- Chuang judge blocks Musk’s efforts to close USAID.
- Musk’s actions probably violated the American Constitution, explains Chuang.
- USAID operations have disrupted global rescue efforts in chaos.
A federal judge blocked Billionaire Elon Musk on Tuesday and the government’s Ministry of Efficiency to take other measures to close the US International Development Agency, saying their efforts to close the foreign aid agency probably violated the US Constitution.
In a preliminary decision, the American district judge Theodore Chuang in Maryland ordered Musk, a key advisor to President Donald Trump, and the Musk agency is heading to restore access to USAID IT systems for its direct and contractual employees, including thousands of people on leave.
The decision came in response to a trial by current and former USAID employees, one of the many awaiting the rapid dismantling of the main humanitarian aid of Washington.
“Today’s decision is an important victory against Elon Musk and his attack on the USAID, the US government and the Constitution,” said Norm Eisen, executive president of the Fund of Democracy of State Democracy, a lawyer representing the 26 anonymous complainants in the case.
Trump said Fox News His administration would appeal the decision.
“I guarantee you that we are going to call it. We have thugs judges that destroy our country,” said Trump on “the angle of Ingraham”.
Trump, a Republican, on his first day back to the White House, ordered a 90 -day freeze from all American foreign aid and an examination of the question of whether the aid programs were aligned on the policy of his administration.
Shortly after, Musk and Dogi had access to the USAID payment and email systems, frozen many of its payments and said a large part of its staff that they were on leave. On February 3, Musk wrote on X that he had “spent the weekend feeding Usaid in the wooden shredder”.
The complainants affirmed in their trial of February 13 that Musk had seized the control of the USAID and had actually acted as an officer of the United States, violating the requirement of the Constitution according to which these officers were appointed by the president and confirmed by the Senate.
They said that Musk and Doge had exceeded the authority of the government’s executive branch, effectively eliminating an agency established by the congress.
Chuang, who was appointed by Democratic President Barack Obama, agreed that Musk and Doge “probably violated the United States Constitution in several ways and that these actions have not only harmed the complainants, but also to the public interest”.
Musk and DOGE has argued in court documents that the role of Musk is strictly as a Trump advisor, and that agency officials, and not DOGE, were responsible for the actions disputed by the complainants.

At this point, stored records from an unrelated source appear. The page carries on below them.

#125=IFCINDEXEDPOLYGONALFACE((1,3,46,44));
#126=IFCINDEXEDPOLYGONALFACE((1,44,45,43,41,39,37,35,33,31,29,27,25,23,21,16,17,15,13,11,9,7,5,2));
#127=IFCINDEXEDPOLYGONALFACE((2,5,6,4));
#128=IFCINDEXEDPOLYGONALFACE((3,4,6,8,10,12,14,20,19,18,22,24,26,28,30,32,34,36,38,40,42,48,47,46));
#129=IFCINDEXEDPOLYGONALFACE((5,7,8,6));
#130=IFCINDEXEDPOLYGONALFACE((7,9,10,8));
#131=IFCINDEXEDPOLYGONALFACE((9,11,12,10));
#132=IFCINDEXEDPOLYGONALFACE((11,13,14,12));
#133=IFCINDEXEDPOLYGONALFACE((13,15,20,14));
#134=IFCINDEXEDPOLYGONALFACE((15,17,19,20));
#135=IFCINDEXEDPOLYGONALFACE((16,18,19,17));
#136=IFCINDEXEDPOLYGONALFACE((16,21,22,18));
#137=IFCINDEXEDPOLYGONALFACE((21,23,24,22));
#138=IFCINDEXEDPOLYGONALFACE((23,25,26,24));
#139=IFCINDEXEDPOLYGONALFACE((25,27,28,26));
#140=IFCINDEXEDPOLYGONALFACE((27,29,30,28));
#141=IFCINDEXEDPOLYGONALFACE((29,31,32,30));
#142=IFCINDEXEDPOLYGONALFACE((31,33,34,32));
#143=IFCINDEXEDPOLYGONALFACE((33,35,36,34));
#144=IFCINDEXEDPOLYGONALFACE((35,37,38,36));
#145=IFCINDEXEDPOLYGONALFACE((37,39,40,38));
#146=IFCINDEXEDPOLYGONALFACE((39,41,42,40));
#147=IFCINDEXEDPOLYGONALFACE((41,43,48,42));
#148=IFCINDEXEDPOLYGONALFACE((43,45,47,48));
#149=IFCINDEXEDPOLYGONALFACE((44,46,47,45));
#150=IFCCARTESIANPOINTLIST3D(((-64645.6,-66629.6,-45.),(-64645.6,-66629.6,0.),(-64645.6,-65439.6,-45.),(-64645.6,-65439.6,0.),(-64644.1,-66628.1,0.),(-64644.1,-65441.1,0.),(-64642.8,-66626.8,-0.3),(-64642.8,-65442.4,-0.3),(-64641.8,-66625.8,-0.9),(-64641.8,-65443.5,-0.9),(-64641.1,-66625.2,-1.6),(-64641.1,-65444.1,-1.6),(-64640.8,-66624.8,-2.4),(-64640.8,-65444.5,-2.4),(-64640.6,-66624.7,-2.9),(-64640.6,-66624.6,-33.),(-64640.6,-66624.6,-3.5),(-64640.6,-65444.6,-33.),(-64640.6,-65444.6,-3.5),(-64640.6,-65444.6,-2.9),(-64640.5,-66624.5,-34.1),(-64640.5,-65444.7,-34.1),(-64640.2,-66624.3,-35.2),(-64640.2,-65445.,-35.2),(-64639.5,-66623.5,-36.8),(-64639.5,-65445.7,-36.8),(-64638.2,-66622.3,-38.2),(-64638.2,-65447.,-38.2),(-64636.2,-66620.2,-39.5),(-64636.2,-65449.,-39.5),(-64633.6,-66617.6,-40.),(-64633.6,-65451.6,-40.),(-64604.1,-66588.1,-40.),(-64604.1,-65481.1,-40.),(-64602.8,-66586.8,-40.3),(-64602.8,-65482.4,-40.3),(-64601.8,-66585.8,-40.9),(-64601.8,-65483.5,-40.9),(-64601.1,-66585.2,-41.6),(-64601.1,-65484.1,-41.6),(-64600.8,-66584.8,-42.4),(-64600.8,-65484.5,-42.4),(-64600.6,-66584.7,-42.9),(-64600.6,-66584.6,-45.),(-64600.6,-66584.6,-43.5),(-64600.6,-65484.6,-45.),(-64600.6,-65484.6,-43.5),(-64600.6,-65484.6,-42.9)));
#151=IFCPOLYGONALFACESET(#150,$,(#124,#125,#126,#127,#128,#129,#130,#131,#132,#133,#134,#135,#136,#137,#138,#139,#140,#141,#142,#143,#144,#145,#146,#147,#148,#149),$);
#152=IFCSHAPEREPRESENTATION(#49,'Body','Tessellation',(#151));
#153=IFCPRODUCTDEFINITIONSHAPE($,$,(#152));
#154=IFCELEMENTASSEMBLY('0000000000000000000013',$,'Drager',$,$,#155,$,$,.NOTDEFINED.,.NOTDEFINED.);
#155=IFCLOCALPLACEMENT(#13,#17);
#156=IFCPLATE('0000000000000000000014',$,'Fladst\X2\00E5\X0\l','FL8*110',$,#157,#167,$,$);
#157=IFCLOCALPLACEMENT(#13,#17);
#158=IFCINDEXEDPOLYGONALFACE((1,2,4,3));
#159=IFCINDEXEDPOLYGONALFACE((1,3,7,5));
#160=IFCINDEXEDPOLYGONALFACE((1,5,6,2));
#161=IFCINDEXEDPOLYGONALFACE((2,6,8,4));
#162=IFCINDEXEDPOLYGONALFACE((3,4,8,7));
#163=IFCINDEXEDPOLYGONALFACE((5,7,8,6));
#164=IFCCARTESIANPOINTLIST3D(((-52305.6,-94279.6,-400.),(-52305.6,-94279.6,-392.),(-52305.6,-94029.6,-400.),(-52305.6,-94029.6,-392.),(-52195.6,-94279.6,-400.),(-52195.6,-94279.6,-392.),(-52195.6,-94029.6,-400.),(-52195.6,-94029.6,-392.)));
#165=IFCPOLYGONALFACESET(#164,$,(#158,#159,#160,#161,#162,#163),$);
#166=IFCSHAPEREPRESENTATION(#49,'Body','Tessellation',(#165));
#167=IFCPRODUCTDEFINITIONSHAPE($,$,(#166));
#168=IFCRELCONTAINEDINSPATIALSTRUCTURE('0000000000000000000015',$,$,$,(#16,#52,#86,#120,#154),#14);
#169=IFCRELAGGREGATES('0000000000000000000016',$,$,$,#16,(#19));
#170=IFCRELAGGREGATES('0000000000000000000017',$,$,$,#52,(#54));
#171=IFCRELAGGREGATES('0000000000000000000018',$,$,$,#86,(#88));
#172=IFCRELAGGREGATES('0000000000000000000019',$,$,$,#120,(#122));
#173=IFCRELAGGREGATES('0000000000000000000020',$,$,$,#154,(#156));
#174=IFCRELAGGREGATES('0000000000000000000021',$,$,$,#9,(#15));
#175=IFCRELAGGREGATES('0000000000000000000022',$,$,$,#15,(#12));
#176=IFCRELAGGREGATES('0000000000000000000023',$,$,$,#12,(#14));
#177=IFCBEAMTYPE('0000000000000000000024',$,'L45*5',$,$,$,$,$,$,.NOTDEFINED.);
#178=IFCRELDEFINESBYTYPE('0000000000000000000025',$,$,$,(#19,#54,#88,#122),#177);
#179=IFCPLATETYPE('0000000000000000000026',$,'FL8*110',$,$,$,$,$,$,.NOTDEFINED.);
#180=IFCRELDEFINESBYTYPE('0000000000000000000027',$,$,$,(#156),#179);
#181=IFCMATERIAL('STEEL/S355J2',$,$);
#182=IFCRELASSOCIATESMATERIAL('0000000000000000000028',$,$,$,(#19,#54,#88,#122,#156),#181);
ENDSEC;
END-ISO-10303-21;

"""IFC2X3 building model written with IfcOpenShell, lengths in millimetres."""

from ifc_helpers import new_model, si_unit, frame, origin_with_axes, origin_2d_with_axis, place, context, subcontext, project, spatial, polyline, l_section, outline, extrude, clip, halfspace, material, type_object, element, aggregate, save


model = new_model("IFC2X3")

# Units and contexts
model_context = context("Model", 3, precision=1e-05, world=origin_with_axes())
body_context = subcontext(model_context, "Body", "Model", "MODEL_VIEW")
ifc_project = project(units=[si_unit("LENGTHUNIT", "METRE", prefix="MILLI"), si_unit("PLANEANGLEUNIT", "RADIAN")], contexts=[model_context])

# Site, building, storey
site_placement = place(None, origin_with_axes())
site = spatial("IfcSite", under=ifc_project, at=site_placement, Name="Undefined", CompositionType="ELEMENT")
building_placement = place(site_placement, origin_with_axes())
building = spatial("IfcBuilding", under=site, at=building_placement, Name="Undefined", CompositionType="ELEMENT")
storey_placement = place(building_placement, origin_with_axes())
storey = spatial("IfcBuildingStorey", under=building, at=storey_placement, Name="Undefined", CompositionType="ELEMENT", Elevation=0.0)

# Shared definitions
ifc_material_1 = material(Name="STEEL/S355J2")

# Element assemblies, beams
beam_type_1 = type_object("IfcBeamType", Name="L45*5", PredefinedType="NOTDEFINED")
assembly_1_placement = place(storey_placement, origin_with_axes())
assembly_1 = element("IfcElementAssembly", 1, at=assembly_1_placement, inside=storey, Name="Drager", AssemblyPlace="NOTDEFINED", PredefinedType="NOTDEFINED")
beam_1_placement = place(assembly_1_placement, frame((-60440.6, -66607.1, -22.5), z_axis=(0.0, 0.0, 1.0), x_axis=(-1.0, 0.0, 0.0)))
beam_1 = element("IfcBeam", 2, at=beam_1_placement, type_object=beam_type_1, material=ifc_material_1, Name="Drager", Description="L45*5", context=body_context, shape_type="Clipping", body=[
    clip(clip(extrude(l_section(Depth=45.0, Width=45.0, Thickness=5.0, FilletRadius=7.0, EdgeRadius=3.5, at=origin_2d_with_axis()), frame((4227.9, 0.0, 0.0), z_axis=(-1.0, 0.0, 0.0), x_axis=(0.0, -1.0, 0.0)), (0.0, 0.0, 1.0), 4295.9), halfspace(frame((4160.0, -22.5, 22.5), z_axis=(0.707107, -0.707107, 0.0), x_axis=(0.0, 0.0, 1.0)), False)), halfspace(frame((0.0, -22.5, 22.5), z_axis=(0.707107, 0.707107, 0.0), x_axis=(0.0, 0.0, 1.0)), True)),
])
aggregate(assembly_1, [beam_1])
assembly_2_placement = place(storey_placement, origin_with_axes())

Chuang found that Musk and Doge had actually exercised direct control over the agency.
In addition to ordering them to restore employee computer access, he prohibited them from disclosing any significant information from employees.
CHUANG did not blocked the mass layoffs of most USAID contracts and staff, which ended most of the agency’s operations in the world and launched global humanitarian rescue efforts in chaos. He noted that even if these layoffs probably violated the Constitution, they had been approved by representatives of the government who are not appointed in the trial.
Secretary of State, Marco Rubio, said last week that the administration abandoned more than 80% of USAID programs and had reduced most of its staff.
In a separate trial brought by the USAID entrepreneurs, the American district judge Amir Ali in Washington ordered the administration last week to quickly release the free payments to entrepreneurs for previous work, but ceased to order to restore contracts.
The administration did not pay the total amount of the first batch of payments that Ali ordered, totaling around $ 671 million, by a deadline of March 10. He quoted the need to examine payments individually. Ali on Monday, Ali ordered the government to provide a calendar of the date on which he would make payments and all other payments, which total nearly $ 2 billion.